+++ Records for processing

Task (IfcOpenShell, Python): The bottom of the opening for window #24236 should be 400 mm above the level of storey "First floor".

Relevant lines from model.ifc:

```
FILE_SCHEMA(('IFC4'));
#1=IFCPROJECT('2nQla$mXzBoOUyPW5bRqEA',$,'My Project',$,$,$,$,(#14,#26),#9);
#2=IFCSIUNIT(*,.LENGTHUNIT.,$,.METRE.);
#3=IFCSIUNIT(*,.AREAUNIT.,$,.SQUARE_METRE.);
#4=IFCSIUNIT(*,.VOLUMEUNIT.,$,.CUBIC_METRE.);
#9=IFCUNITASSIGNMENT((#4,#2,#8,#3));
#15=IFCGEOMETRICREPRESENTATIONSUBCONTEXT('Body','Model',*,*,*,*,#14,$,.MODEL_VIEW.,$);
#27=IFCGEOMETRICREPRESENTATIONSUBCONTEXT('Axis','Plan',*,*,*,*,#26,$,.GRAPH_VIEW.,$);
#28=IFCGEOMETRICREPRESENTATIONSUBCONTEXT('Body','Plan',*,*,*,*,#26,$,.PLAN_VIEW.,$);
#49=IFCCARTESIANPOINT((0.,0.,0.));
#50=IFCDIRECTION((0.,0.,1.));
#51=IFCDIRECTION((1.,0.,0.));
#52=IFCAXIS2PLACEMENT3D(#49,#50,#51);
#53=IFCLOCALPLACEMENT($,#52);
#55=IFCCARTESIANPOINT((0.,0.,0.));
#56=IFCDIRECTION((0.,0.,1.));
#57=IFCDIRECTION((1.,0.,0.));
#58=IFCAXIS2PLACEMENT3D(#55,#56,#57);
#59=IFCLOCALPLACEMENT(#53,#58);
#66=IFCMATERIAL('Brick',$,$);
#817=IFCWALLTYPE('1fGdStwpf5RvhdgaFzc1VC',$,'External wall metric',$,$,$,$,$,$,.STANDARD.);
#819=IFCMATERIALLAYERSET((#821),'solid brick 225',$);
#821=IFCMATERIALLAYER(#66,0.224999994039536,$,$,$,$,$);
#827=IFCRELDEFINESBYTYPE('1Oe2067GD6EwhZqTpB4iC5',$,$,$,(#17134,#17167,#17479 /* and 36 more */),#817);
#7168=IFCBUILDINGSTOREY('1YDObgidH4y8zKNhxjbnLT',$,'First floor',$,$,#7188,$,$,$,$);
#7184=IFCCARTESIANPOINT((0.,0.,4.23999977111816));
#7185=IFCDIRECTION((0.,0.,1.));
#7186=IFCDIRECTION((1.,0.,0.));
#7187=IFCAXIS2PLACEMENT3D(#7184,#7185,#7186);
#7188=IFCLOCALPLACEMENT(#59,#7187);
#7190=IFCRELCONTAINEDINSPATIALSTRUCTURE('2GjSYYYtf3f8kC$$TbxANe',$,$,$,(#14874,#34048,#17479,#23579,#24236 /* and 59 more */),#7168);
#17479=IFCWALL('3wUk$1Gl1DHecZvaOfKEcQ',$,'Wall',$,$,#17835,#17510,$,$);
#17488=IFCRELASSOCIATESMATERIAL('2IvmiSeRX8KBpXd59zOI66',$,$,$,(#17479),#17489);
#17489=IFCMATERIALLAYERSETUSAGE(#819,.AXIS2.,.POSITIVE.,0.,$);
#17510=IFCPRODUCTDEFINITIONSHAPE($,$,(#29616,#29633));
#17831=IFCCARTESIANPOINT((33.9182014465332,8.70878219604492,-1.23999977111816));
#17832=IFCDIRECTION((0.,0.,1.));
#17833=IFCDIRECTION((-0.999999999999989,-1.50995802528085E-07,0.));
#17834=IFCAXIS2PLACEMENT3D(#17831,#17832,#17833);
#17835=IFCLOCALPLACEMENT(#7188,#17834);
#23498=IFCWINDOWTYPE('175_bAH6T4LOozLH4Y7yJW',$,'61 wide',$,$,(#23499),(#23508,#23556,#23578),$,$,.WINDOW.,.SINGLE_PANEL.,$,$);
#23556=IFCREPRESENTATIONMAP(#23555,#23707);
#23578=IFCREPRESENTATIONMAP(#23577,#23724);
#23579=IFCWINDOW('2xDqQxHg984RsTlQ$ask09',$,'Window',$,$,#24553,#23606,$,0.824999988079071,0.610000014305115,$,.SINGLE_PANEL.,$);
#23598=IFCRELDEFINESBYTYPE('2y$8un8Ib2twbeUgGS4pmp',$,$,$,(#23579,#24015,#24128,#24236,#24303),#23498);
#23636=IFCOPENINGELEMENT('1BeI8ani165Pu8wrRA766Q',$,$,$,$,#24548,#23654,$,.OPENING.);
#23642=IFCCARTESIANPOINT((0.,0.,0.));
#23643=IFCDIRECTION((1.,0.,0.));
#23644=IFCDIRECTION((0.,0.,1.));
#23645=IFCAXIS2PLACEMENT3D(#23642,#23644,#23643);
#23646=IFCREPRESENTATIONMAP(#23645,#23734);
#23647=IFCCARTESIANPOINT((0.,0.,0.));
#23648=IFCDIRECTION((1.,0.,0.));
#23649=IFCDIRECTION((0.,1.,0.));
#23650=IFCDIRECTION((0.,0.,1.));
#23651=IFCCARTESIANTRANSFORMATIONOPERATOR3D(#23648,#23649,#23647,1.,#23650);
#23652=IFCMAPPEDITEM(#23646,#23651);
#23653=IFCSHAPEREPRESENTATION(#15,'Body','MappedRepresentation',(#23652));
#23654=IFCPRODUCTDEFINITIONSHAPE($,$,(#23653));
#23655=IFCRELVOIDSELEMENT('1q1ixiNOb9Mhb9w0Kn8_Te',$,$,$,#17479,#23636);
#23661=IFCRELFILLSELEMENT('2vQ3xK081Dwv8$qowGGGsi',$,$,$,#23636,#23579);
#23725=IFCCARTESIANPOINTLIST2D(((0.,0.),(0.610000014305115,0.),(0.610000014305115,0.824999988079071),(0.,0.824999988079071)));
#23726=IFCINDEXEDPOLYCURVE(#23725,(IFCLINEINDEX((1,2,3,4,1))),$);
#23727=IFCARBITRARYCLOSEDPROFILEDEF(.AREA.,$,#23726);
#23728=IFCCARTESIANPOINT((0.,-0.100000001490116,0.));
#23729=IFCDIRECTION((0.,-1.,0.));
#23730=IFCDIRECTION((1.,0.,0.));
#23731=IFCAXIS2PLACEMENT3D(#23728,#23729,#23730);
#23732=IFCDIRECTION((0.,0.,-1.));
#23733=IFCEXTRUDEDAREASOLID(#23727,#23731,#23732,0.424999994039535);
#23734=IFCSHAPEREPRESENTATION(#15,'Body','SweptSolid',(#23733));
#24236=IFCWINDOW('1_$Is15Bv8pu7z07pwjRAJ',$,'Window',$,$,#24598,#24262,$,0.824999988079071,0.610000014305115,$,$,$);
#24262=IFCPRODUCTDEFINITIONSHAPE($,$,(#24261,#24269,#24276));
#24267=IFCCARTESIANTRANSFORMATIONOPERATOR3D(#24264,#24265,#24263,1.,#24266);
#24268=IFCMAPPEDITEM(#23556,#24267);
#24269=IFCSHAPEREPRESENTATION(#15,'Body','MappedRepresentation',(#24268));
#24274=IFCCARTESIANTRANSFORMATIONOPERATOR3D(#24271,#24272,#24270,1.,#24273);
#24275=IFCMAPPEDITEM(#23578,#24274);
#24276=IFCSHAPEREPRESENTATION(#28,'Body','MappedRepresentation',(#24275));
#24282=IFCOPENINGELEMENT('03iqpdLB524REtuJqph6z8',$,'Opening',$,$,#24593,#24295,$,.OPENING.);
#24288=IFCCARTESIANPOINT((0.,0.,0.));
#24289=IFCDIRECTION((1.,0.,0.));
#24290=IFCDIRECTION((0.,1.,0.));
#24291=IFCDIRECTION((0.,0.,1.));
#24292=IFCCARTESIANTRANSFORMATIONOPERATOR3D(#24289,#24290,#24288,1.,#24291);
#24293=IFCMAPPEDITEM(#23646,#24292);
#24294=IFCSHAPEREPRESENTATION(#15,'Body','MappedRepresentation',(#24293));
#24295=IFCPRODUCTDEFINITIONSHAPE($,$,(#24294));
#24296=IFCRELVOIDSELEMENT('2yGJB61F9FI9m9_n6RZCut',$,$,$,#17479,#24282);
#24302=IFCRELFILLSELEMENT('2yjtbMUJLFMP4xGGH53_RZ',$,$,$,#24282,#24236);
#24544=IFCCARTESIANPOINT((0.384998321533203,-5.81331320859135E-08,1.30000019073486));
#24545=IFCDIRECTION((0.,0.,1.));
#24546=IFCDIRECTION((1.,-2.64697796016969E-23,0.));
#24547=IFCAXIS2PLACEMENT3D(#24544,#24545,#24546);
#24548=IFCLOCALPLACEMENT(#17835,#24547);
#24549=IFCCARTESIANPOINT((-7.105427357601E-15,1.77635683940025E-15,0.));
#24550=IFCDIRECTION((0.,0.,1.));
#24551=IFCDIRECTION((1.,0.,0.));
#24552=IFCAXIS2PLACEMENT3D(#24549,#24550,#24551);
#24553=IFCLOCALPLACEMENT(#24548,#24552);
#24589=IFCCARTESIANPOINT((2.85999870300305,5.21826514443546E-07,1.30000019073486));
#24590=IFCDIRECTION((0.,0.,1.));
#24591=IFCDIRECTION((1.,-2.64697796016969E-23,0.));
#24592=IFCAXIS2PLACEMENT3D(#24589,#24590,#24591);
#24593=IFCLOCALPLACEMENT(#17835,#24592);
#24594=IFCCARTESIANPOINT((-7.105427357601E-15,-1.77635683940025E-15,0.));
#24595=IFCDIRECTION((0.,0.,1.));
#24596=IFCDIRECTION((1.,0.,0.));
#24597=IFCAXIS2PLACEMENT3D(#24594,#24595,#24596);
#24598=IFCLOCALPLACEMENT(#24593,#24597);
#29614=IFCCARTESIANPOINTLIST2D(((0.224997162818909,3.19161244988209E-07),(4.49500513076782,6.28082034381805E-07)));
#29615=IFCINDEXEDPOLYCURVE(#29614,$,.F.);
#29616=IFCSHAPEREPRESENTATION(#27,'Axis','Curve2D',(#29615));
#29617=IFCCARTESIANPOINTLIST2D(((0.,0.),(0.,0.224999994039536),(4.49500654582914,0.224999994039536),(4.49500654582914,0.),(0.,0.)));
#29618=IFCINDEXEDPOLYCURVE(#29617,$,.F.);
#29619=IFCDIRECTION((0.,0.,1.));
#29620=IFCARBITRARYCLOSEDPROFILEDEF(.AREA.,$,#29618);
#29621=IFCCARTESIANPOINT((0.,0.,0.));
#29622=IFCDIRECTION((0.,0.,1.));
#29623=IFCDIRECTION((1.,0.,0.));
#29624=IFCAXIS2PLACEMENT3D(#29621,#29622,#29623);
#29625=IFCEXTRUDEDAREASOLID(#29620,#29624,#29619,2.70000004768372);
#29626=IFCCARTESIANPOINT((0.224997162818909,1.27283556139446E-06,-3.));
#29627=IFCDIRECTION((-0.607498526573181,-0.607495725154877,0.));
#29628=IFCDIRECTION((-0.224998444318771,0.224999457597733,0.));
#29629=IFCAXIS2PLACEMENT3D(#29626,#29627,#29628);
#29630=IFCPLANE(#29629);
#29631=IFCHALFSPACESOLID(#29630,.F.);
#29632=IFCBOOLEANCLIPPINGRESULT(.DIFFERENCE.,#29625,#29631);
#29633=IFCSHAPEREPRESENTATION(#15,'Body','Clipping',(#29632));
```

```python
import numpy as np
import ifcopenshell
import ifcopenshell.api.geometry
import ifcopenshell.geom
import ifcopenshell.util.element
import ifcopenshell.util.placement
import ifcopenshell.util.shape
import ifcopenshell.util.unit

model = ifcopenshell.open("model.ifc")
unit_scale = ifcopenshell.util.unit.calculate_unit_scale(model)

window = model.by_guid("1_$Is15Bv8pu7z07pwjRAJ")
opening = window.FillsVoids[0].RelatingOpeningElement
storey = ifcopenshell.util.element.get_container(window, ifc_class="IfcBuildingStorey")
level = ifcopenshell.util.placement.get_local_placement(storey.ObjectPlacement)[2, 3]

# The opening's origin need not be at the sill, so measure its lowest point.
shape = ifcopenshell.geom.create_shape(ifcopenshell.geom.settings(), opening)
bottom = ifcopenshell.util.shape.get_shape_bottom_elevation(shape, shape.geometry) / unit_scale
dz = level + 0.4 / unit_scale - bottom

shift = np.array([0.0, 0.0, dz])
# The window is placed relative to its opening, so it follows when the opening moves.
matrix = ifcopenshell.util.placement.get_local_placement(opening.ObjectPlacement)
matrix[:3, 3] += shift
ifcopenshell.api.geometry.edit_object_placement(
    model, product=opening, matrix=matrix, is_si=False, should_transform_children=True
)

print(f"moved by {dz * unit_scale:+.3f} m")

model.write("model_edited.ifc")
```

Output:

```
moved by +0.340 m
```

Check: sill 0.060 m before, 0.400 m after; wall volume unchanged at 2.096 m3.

++++++
+++ Records for processing

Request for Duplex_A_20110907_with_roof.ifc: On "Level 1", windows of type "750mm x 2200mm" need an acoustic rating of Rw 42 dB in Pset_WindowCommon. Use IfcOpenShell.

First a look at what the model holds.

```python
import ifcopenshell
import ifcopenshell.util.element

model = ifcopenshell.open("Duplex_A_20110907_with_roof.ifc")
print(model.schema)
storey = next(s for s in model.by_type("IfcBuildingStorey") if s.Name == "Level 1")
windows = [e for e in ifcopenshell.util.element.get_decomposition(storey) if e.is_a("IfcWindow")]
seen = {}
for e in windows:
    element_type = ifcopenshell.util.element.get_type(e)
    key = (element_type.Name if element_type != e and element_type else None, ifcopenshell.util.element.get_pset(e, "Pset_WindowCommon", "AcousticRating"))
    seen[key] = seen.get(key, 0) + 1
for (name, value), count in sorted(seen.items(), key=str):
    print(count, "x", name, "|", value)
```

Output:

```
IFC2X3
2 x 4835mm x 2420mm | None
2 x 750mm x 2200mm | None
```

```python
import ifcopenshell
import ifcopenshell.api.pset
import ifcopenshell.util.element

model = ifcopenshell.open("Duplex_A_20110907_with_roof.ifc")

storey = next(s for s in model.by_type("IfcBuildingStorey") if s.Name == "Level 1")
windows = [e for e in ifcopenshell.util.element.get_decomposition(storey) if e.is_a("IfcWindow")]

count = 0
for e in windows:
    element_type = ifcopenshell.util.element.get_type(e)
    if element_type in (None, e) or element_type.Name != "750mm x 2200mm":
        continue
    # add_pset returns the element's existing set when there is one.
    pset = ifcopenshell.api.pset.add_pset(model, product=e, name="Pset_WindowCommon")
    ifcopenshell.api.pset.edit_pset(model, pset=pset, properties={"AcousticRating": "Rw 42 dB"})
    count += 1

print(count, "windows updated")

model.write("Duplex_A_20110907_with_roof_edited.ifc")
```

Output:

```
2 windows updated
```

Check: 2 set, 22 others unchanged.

++++++

#### [Work to be completed]
Output the number of lines in the records above that contain the string "IFCRELFILLSELEMENT", and no other text.

#### [Solution to this exercise]
2